Corax: The problem of space

time to read 5 min | 904 words

Corax is a research project that we have, to see how we can build a full text search library on top of Voron. Along the way, we take the chance to find out how Lucene does things, and what we can do better. Pretty much from the get go, Corax is likely to use more disk space than Lucene, probably significantly so. I would be happy if we could get a merely 50% increase over Lucene

The reason that this is the case is that Lucene goes to great length to save disk space. From storing all integers in variable length format, to prefix compression to implicitly referencing data in other files. For example, you can see that when you try reading term positions:

TermPositions are ordered by term (the term is implicit, from the .tis file).

Positions entries are ordered by increasing document number (the document number is implicit from the .frq file).

The downside of saving every little bit is that it is a lot more complex to read the data, requiring multiple caches and complex code path to actually get it properly. It make a lot of sense, when Lucene was created, disk space was at a premium. I won’t go as far as to say that disk space doesn’t matter, but given a trade off of using more disk space vs. using more memory / complexity, it is much easier to justify disk space usage today*.

* The caveat here is that you need to be careful, because just accessing the disk can be very slow.

One of the major things that we wanted to deal with Corax is reducing index corruption issues, and seeing if we can simplify things into a transactional system. As a side effect of that, we don’t need to have index segments, and we don’t need to do merges to free disk space. The problem is that in order to handle this, we need to make track additional information that Lucene doesn’t need to.

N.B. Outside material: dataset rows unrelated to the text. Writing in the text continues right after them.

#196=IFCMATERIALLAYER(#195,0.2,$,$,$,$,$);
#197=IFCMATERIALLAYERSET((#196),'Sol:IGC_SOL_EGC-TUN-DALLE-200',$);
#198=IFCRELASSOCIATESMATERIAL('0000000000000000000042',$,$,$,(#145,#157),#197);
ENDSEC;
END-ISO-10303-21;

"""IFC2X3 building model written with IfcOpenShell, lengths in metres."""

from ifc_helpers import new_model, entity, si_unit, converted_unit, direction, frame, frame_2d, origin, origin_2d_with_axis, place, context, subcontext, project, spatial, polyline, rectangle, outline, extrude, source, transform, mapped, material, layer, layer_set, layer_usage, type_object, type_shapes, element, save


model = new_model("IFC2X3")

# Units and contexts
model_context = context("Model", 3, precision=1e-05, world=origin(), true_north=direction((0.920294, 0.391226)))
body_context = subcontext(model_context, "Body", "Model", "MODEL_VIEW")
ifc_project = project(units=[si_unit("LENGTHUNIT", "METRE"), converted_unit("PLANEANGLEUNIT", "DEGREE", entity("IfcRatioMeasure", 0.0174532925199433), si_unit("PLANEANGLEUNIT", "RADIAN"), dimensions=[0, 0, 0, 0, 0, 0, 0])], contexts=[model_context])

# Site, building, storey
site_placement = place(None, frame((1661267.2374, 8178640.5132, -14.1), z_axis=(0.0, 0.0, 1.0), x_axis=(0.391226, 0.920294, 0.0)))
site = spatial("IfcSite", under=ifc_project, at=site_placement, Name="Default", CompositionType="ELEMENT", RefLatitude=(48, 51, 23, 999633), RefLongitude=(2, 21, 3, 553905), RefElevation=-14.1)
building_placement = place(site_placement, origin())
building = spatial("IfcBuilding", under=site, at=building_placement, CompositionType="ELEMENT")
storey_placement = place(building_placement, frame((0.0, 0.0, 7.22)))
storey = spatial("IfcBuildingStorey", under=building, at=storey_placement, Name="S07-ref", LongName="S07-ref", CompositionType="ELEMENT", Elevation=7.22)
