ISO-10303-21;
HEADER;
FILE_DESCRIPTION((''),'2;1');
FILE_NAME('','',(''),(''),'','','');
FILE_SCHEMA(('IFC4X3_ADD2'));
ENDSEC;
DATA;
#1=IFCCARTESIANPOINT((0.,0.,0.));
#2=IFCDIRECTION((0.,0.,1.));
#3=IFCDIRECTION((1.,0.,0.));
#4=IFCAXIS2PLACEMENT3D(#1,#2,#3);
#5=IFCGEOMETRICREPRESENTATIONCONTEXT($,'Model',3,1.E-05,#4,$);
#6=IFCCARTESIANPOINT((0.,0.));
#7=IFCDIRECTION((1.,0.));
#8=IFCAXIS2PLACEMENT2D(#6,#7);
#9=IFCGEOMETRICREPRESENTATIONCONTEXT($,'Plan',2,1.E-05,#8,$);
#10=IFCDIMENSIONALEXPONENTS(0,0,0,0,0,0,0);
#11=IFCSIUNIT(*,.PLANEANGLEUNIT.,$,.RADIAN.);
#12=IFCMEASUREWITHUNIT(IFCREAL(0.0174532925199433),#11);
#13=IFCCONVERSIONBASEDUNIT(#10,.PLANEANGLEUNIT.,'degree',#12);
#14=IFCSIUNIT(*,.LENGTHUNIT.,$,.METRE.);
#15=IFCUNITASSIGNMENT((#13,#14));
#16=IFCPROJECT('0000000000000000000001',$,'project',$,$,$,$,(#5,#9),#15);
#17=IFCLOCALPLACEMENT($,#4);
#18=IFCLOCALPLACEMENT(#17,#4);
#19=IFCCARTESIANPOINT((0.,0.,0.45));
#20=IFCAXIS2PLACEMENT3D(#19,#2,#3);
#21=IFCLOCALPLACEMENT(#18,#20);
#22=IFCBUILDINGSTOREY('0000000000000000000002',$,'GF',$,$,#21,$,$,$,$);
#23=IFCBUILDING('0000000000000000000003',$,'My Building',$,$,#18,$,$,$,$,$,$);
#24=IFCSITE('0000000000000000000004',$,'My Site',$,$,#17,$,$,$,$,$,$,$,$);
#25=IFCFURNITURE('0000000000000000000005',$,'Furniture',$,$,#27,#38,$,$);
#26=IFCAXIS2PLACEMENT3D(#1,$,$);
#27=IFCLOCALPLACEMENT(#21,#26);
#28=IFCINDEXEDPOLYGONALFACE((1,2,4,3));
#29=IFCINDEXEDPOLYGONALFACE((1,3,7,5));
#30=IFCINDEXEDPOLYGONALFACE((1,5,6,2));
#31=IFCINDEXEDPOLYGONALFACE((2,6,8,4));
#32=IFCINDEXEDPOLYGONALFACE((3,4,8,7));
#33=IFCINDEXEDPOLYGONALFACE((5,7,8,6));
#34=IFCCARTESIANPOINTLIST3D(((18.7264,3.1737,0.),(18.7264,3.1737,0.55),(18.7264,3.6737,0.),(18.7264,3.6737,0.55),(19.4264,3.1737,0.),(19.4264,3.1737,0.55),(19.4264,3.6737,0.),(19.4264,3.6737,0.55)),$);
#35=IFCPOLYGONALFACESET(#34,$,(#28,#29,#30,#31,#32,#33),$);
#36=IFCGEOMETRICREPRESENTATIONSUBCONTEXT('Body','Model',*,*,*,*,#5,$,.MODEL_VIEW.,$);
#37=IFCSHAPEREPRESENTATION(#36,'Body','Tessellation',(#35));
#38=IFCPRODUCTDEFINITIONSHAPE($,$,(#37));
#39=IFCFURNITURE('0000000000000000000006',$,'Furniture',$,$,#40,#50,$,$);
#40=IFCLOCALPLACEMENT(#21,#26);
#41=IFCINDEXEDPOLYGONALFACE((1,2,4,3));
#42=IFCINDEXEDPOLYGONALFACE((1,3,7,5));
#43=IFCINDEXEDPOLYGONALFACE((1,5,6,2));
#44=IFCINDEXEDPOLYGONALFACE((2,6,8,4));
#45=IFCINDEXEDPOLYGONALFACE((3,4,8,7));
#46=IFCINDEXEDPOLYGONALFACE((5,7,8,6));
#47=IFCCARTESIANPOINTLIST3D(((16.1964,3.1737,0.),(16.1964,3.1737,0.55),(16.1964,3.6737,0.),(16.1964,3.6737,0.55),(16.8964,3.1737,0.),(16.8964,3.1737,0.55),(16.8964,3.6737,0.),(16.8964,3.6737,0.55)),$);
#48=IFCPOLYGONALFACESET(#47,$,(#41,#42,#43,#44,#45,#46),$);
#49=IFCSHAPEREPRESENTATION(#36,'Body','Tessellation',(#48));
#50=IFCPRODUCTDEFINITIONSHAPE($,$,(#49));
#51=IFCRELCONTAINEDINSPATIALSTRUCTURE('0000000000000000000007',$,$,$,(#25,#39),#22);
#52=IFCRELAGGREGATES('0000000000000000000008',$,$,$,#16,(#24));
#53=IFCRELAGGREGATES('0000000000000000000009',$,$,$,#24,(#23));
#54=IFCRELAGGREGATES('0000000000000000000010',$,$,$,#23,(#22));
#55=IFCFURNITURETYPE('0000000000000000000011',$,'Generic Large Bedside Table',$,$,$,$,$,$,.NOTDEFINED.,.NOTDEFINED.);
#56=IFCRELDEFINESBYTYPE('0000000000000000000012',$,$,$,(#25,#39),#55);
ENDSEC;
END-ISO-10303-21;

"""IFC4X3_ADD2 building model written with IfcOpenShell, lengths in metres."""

from ifc_helpers import new_model, entity, si_unit, converted_unit, frame, origin_with_axes, origin_2d_with_axis, place, context, subcontext, project, spatial, line, indexed_curve, outline, extrude, shape, source, transform, mapped, type_object, type_shapes, element, save


model = new_model("IFC4X3_ADD2")

# Units and contexts
model_context = context("Model", 3, precision=1e-05, world=origin_with_axes())
plan_context = context("Plan", 2, precision=1e-05, world=origin_2d_with_axis())
body_context_1 = subcontext(model_context, "Body", "Model", "MODEL_VIEW")
body_context_2 = subcontext(plan_context, "Body", "Plan", "PLAN_VIEW")
ifc_project = project(units=[converted_unit("PLANEANGLEUNIT", "degree", entity("IfcReal", 0.0174532925199433), si_unit("PLANEANGLEUNIT", "RADIAN"), dimensions=[0, 0, 0, 0, 0, 0, 0]), si_unit("LENGTHUNIT", "METRE")], contexts=[model_context, plan_context])

# Site, building, storey
site_placement = place(None, origin_with_axes())
site = spatial("IfcSite", under=ifc_project, at=site_placement, Name="My Site")
building_placement = place(site_placement, origin_with_axes())
building = spatial("IfcBuilding", under=site, at=building_placement, Name="My Building")
storey_placement = place(building_placement, frame((0.0, 0.0, 0.45), z_axis=(0.0, 0.0, 1.0), x_axis=(1.0, 0.0, 0.0)))
storey = spatial("IfcBuildingStorey", under=building, at=storey_placement, Name="GF")

# Furniture
furniture_type_1 = type_object("IfcFurnitureType", Name="Generic Large Bedside Table", AssemblyPlace="NOTDEFINED", PredefinedType="NOTDEFINED")
shared_shape_1 = source(origin_with_axes(), body_context_1, "Body", "SweptSolid", [
    extrude(outline(indexed_curve([(0.0, 0.0), (0.7, 0.0), (0.7, 0.5), (0.0, 0.5)], segments=[line(1, 2, 3, 4, 1)])), frame((-0.35, -0.25, 0.0), z_axis=(0.0, 0.0, 1.0), x_axis=(1.0, 0.0, 0.0)), (0.0, 0.0, 1.0), 0.55),
])
shared_shape_2 = source(origin_with_axes(), body_context_2, "Body", "Curve2D", [
    entity("IfcIndexedPolyCurve", entity("IfcCartesianPointList2D", [[-0.35, -0.25], [0.35, -0.25], [0.35, 0.25], [-0.35, 0.25]]), [entity("IfcLineIndex", [1, 2, 3, 4, 1])]),
])
type_shapes(furniture_type_1, [shared_shape_1, shared_shape_2])
for number, where, z_axis, x_axis, name in (
    (1, (19.0764, 3.4237, 0.0), (0.0, 0.0, 1.0), (1.0, 0.0, 0.0), "Furniture"),
    (2, (16.5464, 3.4237, 0.0), (0.0, 0.0, 1.0), (1.0, 0.0, 0.0), "Furniture"),
):
    element("IfcFurniture", number, at=place(storey_placement, frame(where, z_axis=z_axis, x_axis=x_axis)), inside=storey, type_object=furniture_type_1, Name=name, shapes=[
        shape(body_context_1, "Body", "MappedRepresentation", [mapped(shared_shape_1, transform((0.0, 0.0, 0.0), x_axis=(1.0, 0.0, 0.0), y_axis=(0.0, 1.0, 0.0), z_axis=(0.0, 0.0, 1.0), scale=1.0))]),
        shape(body_context_2, "Body", "MappedRepresentation", [mapped(shared_shape_2, transform((0.0, 0.0, 0.0), x_axis=(1.0, 0.0, 0.0), y_axis=(0.0, 1.0, 0.0), z_axis=(0.0, 0.0, 1.0), scale=1.0))]),
    ])

save(model, "model.ifc")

Let us look at the actual data we keep. Here is a very simple index:

using (var fullTextIndex = new FullTextIndex(StorageEnvironmentOptions.CreateMemoryOnly(), new DefaultAnalyzer()))
{
using (var indexer = fullTextIndex.CreateIndexer())
{
indexer.NewIndexEntry();
indexer.AddField("Name", "Oren Eini");
indexer.AddField("Email","Ayende@ayende.com");

indexer.NewIndexEntry();
indexer.AddField("Name", "Arava Eini");
indexer.AddField("Email","Arava@houseof.dog");

indexer.Flush();
}
}

For each field, we are going to create a multi tree. And for each unique term in the field we have a list of (Index Entry Id, term frequency, boost).

  • @fld_Name
    • arava
      • { 2, 1, 1.0 }  (index id 2, freq 1, boost 1.0)
    • eini
      • { 1,1,1.0 }
      • { 2,1,1.0 }
    • oren
      • { 1,1,1 }
  • @fld_Email
    • arava@houseof.dog
      • { 2,1,1.0 }
    • ayende@ayende.com
      • { 1,1,1.0 }

This is pretty much the equivalent to the way Lucene store things. Possible space optimizations here include not storing default values (term frex or boost of 1), storing index entry ids as variable ints, etc.

The problem is that while this is actually enough for the way Lucene does things, it is not enough for the way Corax does things. Let us consider the case of deleting a document. How would you go about doing this using the information above?

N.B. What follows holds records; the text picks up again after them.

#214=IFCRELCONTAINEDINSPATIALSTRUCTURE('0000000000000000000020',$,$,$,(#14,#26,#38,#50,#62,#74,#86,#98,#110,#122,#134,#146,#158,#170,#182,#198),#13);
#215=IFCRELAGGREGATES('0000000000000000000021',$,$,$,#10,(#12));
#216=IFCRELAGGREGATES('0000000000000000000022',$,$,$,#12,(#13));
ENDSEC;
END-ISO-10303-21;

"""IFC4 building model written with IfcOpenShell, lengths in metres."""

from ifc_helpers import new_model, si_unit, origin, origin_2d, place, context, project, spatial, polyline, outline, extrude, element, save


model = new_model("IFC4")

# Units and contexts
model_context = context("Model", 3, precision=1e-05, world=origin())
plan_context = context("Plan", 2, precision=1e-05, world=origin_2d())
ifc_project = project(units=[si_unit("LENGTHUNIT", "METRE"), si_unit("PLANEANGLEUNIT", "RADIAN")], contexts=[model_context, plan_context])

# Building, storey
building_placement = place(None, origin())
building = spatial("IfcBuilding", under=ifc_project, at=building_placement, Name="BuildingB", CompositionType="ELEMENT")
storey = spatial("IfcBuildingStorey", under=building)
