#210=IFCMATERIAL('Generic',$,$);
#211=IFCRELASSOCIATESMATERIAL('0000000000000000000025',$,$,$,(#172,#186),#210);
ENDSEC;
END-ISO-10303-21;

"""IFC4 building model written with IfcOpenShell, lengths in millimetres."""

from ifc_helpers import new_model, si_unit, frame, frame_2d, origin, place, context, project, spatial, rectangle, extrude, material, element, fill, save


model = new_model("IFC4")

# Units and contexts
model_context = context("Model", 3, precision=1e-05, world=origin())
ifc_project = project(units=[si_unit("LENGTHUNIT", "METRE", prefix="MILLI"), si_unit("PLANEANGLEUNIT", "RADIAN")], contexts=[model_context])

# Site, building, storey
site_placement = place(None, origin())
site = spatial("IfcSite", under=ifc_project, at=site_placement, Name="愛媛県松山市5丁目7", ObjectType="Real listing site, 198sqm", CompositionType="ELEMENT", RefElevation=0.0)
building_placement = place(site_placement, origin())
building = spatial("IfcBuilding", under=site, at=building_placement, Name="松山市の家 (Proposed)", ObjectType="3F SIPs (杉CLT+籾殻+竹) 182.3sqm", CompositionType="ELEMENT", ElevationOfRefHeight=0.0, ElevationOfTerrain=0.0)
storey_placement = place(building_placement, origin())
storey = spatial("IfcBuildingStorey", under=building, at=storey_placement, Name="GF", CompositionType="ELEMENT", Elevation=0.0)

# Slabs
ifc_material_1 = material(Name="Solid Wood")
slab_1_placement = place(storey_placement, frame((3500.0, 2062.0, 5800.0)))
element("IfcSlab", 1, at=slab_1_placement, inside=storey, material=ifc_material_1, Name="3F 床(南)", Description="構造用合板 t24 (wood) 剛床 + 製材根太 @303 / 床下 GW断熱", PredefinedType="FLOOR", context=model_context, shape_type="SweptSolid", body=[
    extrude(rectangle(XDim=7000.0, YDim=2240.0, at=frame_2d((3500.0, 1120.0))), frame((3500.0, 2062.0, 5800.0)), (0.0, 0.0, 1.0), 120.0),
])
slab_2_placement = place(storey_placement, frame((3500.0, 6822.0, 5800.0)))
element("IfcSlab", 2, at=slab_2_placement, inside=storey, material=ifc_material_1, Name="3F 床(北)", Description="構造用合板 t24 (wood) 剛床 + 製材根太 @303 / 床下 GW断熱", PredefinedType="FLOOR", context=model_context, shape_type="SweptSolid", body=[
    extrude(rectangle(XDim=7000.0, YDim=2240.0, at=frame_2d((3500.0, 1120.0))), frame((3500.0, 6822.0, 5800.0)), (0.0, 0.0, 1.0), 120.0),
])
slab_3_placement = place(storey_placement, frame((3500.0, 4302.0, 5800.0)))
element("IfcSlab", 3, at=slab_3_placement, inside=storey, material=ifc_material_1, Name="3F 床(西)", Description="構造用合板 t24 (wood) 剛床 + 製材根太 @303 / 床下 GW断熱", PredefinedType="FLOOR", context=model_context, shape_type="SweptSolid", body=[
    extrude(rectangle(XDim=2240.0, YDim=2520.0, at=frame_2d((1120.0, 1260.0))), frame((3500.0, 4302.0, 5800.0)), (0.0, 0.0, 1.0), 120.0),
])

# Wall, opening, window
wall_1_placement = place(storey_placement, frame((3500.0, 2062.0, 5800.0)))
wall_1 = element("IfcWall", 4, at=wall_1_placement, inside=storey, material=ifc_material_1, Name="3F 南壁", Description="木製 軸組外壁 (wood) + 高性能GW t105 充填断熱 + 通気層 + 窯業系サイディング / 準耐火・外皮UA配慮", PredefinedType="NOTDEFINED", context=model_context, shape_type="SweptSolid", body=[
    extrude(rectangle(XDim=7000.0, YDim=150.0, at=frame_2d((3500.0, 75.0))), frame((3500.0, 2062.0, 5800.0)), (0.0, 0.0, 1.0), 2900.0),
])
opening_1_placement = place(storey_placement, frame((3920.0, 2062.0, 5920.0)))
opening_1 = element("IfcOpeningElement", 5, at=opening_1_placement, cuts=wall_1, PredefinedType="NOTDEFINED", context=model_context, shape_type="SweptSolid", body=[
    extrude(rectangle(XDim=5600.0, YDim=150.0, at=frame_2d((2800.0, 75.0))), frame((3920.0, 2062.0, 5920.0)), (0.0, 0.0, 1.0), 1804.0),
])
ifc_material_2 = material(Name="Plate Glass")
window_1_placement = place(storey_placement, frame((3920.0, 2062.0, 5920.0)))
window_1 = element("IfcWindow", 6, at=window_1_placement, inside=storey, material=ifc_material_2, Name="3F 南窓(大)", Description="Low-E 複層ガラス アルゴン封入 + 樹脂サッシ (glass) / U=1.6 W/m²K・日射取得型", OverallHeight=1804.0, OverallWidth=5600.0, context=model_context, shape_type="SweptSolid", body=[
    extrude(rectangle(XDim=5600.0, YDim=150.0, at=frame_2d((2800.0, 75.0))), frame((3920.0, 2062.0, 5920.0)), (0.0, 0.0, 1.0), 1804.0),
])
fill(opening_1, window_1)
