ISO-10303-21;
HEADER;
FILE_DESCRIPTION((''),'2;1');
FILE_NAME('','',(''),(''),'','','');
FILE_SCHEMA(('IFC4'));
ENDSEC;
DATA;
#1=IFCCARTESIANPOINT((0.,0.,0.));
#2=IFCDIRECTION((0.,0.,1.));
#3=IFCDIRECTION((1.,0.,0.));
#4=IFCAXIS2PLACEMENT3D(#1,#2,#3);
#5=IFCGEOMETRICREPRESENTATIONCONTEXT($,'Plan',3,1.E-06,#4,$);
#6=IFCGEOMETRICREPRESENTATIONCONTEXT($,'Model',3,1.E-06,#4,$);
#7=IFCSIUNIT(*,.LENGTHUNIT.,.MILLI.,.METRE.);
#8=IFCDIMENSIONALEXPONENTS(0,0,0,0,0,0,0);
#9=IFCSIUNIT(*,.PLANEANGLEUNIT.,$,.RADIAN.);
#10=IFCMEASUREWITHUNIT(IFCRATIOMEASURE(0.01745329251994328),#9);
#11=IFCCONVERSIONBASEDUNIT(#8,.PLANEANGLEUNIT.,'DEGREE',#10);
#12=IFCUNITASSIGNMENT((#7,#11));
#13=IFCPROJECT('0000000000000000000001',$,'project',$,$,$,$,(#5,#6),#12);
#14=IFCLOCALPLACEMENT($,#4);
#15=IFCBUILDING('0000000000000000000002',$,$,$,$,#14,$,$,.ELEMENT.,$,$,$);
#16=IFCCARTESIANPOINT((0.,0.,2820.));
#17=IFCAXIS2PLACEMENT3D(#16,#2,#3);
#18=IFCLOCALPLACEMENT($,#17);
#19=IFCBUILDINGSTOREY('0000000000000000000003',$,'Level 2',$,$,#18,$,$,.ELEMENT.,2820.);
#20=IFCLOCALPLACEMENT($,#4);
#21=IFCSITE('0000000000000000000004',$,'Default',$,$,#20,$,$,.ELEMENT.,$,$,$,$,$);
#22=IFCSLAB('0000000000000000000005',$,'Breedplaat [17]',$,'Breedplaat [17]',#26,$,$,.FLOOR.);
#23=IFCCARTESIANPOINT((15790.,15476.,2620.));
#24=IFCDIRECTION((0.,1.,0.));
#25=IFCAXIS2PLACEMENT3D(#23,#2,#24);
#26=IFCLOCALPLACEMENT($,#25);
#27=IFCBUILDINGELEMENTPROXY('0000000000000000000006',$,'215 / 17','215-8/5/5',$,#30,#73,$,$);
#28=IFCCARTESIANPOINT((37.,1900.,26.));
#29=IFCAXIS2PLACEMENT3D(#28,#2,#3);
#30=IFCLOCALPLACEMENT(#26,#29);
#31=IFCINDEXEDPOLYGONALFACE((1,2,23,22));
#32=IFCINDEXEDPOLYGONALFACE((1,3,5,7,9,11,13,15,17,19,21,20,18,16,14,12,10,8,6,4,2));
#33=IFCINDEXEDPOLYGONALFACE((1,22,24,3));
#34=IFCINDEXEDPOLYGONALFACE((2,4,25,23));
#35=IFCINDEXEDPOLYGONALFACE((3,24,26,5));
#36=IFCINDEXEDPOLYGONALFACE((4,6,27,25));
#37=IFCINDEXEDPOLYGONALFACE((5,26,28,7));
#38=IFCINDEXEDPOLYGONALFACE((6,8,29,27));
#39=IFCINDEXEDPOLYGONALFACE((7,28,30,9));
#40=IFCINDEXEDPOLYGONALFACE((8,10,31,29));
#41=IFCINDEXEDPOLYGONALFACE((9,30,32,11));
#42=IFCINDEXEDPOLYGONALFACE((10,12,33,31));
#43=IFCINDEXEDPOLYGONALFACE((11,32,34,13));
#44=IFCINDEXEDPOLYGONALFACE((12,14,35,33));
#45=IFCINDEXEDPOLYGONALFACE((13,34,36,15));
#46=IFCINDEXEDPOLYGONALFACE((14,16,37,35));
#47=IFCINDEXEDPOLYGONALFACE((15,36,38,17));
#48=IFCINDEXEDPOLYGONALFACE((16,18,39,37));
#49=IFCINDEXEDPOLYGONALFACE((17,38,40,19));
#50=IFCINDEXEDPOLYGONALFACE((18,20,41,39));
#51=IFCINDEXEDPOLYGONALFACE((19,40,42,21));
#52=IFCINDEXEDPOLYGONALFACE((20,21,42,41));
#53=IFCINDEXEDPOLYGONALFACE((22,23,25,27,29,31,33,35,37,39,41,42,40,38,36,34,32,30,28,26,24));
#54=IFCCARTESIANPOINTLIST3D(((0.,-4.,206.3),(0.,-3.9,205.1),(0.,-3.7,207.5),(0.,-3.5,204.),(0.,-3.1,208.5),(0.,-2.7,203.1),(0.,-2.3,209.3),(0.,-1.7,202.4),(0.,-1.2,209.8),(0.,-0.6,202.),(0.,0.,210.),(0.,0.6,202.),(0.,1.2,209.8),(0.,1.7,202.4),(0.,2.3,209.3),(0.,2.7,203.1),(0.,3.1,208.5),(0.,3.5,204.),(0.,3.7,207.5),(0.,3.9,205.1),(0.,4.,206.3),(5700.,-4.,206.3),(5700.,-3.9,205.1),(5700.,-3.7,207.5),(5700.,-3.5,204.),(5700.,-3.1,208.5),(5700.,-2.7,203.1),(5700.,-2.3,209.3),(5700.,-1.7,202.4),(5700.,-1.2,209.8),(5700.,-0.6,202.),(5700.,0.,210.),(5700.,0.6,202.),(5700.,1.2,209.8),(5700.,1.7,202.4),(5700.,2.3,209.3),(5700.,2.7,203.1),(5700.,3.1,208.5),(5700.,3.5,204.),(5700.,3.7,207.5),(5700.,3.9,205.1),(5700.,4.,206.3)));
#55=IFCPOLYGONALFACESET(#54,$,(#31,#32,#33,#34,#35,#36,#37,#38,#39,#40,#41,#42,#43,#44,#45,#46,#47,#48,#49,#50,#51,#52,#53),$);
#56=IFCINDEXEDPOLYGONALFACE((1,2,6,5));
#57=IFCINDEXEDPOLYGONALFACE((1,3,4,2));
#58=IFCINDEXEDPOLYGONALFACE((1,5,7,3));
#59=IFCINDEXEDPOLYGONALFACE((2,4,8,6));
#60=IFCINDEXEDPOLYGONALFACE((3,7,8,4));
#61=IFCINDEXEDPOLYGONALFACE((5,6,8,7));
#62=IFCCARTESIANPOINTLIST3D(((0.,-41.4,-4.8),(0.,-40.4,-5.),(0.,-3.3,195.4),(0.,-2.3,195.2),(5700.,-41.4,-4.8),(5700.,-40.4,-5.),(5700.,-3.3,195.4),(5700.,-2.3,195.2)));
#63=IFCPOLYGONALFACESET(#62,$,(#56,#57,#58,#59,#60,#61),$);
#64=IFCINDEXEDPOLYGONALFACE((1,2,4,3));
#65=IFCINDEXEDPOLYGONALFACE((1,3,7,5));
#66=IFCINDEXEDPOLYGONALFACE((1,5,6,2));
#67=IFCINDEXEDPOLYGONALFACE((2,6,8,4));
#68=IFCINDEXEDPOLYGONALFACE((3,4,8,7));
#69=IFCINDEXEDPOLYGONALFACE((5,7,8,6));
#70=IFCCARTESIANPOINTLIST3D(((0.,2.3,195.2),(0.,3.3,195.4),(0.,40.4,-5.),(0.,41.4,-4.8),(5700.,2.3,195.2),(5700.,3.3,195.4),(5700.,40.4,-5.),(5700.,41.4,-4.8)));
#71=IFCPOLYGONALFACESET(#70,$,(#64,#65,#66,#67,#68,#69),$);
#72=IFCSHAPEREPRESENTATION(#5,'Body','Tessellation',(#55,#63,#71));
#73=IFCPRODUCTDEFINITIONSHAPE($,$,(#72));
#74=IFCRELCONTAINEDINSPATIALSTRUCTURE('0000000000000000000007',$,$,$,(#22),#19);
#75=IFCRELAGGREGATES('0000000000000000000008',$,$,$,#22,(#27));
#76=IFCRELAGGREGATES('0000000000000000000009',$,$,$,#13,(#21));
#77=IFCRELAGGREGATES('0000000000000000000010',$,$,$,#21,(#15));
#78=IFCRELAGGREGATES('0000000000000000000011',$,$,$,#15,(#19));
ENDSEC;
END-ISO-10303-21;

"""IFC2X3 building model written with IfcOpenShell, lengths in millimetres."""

from ifc_helpers import new_model, entity, si_unit, converted_unit, frame, origin_with_axes, origin_2d_with_axis, place, context, project, spatial, rectangle, circle, extrude, element, aggregate, save


model = new_model("IFC2X3")

# Units and contexts
plan_context = context("Plan", 3, precision=1e-06, world=origin_with_axes())
model_context = context("Model", 3, precision=1e-06, world=origin_with_axes())
ifc_project = project(units=[si_unit("LENGTHUNIT", "METRE", prefix="MILLI"), converted_unit("PLANEANGLEUNIT", "DEGREE", entity("IfcRatioMeasure", 0.01745329251994328), si_unit("PLANEANGLEUNIT", "RADIAN"), dimensions=[0, 0, 0, 0, 0, 0, 0])], contexts=[plan_context, model_context])

# Site, building, storey
site_placement = place(None, origin_with_axes())
site = spatial("IfcSite", under=ifc_project, at=site_placement, Name="Default", CompositionType="ELEMENT")
building_placement = place(None, origin_with_axes())
building = spatial("IfcBuilding", under=site, at=building_placement, CompositionType="ELEMENT")
storey_placement = place(None, frame((0.0, 0.0, 2820.0), z_axis=(0.0, 0.0, 1.0), x_axis=(1.0, 0.0, 0.0)))
storey = spatial("IfcBuildingStorey", under=building, at=storey_placement, Name="Level 2", CompositionType="ELEMENT", Elevation=2820.0)

# Slab, building element proxy
slab_1_placement = place(None, frame((15790.0, 15476.0, 2620.0), z_axis=(0.0, 0.0, 1.0), x_axis=(0.0, 1.0, 0.0)))
slab_1 = element("IfcSlab", 1, at=slab_1_placement, inside=storey, Name="Breedplaat [17]", ObjectType="Breedplaat [17]", PredefinedType="FLOOR")
proxy_1_placement = place(slab_1_placement, frame((37.0, 1900.0, 26.0), z_axis=(0.0, 0.0, 1.0), x_axis=(1.0, 0.0, 0.0)))
proxy_1 = element("IfcBuildingElementProxy", 2, at=proxy_1_placement, Name="215 / 17", Description="215-8/5/5", context=plan_context, shape_type="SweptSolid", body=[
    extrude(circle(Radius=4.0, at=origin_2d_with_axis()), frame((0.0, 0.0, 206.0), z_axis=(1.0, 0.0, 0.0), x_axis=(0.0, 0.0, 1.0)), (0.0, 0.0, 1.0), 5700.0),
    extrude(rectangle(XDim=203.8, YDim=1.0, at=origin_2d_with_axis()), frame((0.0, -21.9, 95.2), z_axis=(1.0, 0.0, 0.0), x_axis=(0.0, 0.187112, 0.982339)), (0.0, 0.0, 1.0), 5700.0),
    extrude(rectangle(XDim=203.8, YDim=1.0, at=origin_2d_with_axis()), frame((0.0, 21.9, 95.2), z_axis=(1.0, 0.0, 0.0), x_axis=(0.0, -0.187112, 0.982339)), (0.0, 0.0, 1.0), 5700.0),
])
aggregate(slab_1, [proxy_1])

save(model, "model.ifc")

Lucene does this by marking a document id as deleted, and will purge its details on the next segments merge. That works, but only because a segment merge actually read & write all of the relevant segments data. Without a segments merge, deleting a document is actually something that would require us to scan all the data in the entire database. This is not really practical. Therefor, we need to store additional data so we can delete it later on. In this case, we have the Docs tree, which has keys for (index entry id, field id and term num). This looks like this:

  • Docs
    • [1,1,1]: oren
    • [1,1,2]: eini
    • [1,2,1]: ayende@ayende.com
    • [2,1,1]: arava
    • [2,1,2]: eini
    • [2,2,1]: arava@houseof.dog

Using this information, we can now remove all traces of a document when it is deleted. However, the problem here is that we need to also keep the terms per document in the index. That really blow up the index size, obviously.

The reason for this peculiar way of storing the document fields in this manner is that we also want to reuse this information for sorting. When Lucene needs to sort data, it has to read all of the data from the fields, then recreate the values for all relevant documents. Corax can just serve the data already there.

A pretty obvious step to save space would be to track the terms separately, and use an id in the Docs tree, not the full term. That leads to an interesting problem, because we are going to need to be able to go from term –> id and id –> term, which pretty much require storing them twice, unfortunately.

Final note, Corax is a research project.